» **DATASET ENTRIES**:
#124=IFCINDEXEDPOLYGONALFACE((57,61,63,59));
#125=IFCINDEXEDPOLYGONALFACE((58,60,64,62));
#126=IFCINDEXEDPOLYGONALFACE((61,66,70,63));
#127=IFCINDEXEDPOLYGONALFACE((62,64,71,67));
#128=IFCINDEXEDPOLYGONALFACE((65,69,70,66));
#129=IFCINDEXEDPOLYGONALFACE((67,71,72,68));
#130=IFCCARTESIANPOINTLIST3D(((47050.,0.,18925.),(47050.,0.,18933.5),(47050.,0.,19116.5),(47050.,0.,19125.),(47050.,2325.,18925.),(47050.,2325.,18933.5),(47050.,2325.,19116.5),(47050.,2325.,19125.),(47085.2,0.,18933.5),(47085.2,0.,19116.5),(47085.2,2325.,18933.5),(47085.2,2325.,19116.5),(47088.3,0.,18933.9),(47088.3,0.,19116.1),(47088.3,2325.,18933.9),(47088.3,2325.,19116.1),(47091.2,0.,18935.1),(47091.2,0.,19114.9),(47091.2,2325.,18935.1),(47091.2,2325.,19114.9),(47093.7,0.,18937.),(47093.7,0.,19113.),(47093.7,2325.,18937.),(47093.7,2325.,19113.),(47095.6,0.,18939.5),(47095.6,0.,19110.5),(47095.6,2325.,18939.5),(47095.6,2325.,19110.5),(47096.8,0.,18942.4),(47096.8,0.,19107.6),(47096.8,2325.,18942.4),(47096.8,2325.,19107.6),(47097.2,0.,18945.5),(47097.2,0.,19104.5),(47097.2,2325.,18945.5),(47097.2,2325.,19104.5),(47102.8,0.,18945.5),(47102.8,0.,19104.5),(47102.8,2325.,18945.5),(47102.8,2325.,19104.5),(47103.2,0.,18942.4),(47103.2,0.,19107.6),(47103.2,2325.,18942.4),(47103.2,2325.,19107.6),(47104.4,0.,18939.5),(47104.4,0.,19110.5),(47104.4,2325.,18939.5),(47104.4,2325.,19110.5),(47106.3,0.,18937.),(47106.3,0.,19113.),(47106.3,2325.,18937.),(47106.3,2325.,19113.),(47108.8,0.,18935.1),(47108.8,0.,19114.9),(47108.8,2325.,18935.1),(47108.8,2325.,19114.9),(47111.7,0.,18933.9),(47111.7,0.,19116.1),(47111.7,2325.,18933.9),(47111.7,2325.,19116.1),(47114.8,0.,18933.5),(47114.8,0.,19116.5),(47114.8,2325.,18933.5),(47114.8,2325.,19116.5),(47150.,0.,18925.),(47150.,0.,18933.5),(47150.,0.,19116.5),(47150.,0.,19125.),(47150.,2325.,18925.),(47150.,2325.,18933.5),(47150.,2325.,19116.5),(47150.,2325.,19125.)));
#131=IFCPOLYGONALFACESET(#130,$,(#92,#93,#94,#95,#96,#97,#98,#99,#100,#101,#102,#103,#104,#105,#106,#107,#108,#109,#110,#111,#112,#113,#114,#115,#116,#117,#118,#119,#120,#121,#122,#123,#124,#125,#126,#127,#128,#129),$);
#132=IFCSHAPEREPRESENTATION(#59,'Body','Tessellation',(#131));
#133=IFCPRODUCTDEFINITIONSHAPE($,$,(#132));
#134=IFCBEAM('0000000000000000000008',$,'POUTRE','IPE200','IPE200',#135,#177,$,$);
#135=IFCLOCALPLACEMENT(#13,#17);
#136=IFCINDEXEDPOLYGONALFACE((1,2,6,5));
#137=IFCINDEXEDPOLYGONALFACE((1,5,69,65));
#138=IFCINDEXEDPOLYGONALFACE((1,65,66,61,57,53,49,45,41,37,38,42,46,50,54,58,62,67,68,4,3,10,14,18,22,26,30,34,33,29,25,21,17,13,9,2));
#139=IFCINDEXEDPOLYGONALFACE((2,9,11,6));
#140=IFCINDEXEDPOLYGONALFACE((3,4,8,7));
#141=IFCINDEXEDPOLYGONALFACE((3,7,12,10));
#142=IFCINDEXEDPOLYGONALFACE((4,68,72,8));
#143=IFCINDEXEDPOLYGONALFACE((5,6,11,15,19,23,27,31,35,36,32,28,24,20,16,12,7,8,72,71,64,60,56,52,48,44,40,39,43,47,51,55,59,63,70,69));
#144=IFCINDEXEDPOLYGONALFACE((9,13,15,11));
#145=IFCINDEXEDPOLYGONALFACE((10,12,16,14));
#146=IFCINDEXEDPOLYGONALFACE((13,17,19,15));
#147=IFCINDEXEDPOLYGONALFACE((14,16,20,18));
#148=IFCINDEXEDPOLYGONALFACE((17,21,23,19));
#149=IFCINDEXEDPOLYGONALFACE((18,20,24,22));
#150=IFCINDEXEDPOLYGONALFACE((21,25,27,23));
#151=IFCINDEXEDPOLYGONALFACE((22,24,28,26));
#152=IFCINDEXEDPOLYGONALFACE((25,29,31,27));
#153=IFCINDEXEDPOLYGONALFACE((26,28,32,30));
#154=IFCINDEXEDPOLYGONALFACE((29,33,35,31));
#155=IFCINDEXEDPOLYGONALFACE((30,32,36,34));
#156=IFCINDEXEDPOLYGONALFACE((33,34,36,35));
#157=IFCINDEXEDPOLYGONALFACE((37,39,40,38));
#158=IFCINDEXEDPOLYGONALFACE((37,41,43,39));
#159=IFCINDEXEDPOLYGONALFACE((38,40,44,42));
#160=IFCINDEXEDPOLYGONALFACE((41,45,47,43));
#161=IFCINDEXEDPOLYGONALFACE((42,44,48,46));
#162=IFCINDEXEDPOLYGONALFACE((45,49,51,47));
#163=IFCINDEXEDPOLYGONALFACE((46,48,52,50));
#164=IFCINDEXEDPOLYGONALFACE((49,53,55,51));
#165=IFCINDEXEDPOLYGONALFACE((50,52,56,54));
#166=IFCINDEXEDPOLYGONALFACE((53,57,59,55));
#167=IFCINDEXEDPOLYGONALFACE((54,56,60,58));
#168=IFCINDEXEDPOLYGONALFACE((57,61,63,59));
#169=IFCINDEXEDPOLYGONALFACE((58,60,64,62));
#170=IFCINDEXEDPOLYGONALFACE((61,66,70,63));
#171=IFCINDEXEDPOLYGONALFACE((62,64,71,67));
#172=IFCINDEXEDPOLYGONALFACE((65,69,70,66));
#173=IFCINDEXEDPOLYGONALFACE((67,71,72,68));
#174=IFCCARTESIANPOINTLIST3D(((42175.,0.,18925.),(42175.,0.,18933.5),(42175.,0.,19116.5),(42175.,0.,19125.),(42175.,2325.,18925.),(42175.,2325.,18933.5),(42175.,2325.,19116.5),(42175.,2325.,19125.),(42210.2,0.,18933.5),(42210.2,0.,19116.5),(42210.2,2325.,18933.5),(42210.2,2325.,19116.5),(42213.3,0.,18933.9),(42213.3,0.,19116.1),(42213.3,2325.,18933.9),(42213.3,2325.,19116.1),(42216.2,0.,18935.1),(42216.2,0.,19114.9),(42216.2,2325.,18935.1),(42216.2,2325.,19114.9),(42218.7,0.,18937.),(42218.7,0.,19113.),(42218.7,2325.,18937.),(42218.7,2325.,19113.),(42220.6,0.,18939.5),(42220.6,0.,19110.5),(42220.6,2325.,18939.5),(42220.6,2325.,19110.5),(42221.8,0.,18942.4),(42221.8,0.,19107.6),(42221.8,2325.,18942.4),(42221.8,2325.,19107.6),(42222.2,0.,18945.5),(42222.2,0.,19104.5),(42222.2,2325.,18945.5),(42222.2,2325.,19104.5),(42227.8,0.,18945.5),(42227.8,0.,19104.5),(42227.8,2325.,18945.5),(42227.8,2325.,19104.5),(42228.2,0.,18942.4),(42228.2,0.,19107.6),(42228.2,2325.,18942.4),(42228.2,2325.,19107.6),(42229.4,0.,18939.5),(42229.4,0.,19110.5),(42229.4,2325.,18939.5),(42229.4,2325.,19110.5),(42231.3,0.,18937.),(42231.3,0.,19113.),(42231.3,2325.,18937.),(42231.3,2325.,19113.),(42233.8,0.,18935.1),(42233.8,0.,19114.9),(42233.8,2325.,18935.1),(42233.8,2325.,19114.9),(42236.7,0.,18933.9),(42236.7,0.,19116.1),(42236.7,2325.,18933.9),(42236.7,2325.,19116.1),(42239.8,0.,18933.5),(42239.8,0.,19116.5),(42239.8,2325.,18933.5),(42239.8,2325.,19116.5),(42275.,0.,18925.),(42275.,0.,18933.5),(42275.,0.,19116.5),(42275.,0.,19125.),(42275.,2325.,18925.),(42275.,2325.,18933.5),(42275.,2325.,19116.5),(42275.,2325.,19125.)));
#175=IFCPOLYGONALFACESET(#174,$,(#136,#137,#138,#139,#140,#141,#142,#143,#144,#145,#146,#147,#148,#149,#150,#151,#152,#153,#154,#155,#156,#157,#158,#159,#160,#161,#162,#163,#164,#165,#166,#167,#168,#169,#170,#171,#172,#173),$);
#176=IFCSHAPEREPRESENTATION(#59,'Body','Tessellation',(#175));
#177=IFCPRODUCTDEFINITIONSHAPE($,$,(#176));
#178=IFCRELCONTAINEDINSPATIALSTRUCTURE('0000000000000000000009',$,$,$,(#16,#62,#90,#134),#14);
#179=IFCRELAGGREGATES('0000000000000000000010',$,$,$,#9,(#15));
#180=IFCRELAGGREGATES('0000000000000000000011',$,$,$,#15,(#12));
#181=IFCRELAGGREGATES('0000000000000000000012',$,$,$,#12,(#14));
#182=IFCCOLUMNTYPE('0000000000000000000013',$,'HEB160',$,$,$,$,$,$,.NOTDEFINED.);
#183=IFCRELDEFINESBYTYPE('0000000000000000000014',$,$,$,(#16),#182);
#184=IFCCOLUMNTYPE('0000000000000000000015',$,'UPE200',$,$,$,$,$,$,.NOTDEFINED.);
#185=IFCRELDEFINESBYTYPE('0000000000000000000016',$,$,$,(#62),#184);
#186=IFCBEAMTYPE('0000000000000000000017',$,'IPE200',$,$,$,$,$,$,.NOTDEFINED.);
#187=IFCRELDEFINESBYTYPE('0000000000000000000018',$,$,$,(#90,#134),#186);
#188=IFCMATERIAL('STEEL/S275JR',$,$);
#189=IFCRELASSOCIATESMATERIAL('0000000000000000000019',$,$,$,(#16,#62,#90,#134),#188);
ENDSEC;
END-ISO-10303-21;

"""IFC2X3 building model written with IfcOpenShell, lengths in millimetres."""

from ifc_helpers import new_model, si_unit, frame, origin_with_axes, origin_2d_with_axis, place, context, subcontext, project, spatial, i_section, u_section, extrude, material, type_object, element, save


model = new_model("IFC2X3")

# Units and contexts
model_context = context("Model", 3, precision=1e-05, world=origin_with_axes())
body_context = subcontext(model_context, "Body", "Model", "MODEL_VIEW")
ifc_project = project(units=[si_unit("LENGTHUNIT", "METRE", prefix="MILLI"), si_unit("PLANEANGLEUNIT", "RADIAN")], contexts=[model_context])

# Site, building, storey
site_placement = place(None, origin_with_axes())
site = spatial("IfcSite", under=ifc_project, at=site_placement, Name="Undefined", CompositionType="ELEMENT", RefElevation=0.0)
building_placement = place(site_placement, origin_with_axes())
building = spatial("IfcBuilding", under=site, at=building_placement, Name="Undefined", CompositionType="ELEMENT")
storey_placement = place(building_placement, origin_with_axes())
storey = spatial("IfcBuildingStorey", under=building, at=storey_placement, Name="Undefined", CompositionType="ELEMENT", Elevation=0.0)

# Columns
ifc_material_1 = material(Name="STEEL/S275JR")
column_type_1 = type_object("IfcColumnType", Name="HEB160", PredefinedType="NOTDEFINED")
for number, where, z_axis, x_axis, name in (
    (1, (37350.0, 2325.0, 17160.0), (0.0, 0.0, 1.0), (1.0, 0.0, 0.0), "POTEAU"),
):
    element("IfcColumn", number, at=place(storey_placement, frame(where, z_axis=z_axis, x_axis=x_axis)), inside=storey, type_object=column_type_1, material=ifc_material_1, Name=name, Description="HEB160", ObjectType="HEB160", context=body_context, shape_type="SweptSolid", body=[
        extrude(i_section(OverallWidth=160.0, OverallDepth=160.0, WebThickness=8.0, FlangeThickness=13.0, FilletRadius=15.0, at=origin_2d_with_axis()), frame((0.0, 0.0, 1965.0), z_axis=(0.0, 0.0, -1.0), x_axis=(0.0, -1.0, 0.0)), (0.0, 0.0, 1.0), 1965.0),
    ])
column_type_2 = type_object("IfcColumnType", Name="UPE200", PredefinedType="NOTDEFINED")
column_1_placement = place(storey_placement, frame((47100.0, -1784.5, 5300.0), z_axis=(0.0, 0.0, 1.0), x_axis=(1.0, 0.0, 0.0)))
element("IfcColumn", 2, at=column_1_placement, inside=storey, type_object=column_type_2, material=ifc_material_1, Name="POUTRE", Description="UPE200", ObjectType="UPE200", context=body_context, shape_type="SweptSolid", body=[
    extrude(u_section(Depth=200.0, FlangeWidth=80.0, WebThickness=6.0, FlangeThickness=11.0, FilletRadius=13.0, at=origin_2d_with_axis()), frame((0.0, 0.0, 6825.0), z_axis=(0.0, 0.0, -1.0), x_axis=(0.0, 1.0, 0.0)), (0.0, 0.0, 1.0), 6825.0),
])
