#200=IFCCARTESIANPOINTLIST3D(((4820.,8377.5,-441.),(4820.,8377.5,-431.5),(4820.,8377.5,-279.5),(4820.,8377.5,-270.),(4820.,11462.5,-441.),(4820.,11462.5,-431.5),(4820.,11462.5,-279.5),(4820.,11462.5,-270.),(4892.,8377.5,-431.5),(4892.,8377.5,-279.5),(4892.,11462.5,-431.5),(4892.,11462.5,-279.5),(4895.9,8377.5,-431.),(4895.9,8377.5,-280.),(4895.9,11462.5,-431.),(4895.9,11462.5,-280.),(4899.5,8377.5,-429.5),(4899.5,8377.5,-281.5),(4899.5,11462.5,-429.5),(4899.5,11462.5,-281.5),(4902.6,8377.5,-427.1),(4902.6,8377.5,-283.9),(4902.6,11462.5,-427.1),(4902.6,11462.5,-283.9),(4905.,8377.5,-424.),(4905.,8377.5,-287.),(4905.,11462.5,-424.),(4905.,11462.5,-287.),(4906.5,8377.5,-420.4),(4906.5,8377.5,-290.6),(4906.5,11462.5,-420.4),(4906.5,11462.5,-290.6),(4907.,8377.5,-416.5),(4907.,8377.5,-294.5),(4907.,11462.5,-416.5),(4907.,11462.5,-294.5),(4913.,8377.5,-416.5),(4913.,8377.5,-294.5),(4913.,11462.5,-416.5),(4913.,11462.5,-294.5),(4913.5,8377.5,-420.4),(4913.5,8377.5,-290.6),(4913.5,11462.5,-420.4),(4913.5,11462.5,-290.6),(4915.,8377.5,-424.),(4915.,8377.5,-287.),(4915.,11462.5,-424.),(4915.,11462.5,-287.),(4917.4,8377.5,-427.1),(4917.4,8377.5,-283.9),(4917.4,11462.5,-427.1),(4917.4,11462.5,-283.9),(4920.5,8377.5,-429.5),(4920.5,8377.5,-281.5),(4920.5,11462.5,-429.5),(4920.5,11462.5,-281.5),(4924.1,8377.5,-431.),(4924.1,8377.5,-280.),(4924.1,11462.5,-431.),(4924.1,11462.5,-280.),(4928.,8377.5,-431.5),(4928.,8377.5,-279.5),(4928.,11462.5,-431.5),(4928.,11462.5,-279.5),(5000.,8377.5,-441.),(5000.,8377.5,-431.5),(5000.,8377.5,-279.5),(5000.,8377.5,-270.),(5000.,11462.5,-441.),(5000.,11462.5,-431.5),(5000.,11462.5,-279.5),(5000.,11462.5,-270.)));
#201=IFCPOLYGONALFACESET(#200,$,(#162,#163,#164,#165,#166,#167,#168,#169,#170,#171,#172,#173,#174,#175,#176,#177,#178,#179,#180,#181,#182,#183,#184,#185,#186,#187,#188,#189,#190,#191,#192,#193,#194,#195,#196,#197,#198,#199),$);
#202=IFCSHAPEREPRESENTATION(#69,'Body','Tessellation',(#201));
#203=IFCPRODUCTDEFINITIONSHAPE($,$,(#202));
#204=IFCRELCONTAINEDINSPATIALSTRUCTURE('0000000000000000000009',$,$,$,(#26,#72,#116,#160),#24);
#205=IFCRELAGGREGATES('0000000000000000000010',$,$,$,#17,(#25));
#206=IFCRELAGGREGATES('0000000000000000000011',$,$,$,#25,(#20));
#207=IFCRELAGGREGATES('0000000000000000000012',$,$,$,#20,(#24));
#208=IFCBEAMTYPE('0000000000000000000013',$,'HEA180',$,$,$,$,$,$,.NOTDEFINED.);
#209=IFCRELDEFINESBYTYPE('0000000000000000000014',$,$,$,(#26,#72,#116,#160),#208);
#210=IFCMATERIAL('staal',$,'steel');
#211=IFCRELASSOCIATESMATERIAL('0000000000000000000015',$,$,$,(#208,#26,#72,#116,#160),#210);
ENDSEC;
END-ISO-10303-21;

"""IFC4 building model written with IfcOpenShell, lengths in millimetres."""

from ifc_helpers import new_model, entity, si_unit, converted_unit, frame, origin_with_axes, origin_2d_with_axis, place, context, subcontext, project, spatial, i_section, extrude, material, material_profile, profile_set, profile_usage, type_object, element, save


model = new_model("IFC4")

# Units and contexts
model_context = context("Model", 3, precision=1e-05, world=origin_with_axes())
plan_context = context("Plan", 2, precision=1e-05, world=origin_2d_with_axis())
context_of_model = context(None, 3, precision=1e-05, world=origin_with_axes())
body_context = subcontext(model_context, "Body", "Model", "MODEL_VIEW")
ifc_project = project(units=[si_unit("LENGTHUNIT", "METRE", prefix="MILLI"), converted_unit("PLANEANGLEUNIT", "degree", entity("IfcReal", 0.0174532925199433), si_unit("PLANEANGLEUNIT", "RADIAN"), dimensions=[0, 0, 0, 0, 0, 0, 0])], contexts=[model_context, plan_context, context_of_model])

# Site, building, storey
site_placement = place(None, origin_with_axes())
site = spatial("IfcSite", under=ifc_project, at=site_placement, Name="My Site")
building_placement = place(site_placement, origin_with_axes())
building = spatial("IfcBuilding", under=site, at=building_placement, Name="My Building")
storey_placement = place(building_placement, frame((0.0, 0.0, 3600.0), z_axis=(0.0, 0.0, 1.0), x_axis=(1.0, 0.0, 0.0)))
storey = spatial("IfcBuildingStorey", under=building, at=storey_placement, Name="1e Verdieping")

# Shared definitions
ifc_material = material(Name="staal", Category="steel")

» **WHAT IS EXPECTED**:
Reproducing the whole listing above is not the task. Copy exactly only the lines from the one with "#150=IFCINDEXEDPOLYGONALFACE((21,25,27,23));" to the one with "#173=IFCINDEXEDPOLYGONALFACE((67,71,72,68));", both kept.

» **OUTPUT FOR THIS TASK**:
#150=IFCINDEXEDPOLYGONALFACE((21,25,27,23));
#151=IFCINDEXEDPOLYGONALFACE((22,24,28,26));
#152=IFCINDEXEDPOLYGONALFACE((25,29,31,27));
#153=IFCINDEXEDPOLYGONALFACE((26,28,32,30));
#154=IFCINDEXEDPOLYGONALFACE((29,33,35,31));
#155=IFCINDEXEDPOLYGONALFACE((30,32,36,34));
#156=IFCINDEXEDPOLYGONALFACE((33,34,36,35));
#157=IFCINDEXEDPOLYGONALFACE((37,39,40,38));
#158=IFCINDEXEDPOLYGONALFACE((37,41,43,39));
#159=IFCINDEXEDPOLYGONALFACE((38,40,44,42));
#160=IFCINDEXEDPOLYGONALFACE((41,45,47,43));
#161=IFCINDEXEDPOLYGONALFACE((42,44,48,46));
#162=IFCINDEXEDPOLYGONALFACE((45,49,51,47));
#163=IFCINDEXEDPOLYGONALFACE((46,48,52,50));
#164=IFCINDEXEDPOLYGONALFACE((49,53,55,51));
#165=IFCINDEXEDPOLYGONALFACE((50,52,56,54));
#166=IFCINDEXEDPOLYGONALFACE((53,57,59,55));
#167=IFCINDEXEDPOLYGONALFACE((54,56,60,58));
#168=IFCINDEXEDPOLYGONALFACE((57,61,63,59));
#169=IFCINDEXEDPOLYGONALFACE((58,60,64,62));
#170=IFCINDEXEDPOLYGONALFACE((61,66,70,63));
#171=IFCINDEXEDPOLYGONALFACE((62,64,71,67));
#172=IFCINDEXEDPOLYGONALFACE((65,69,70,66));
#173=IFCINDEXEDPOLYGONALFACE((67,71,72,68));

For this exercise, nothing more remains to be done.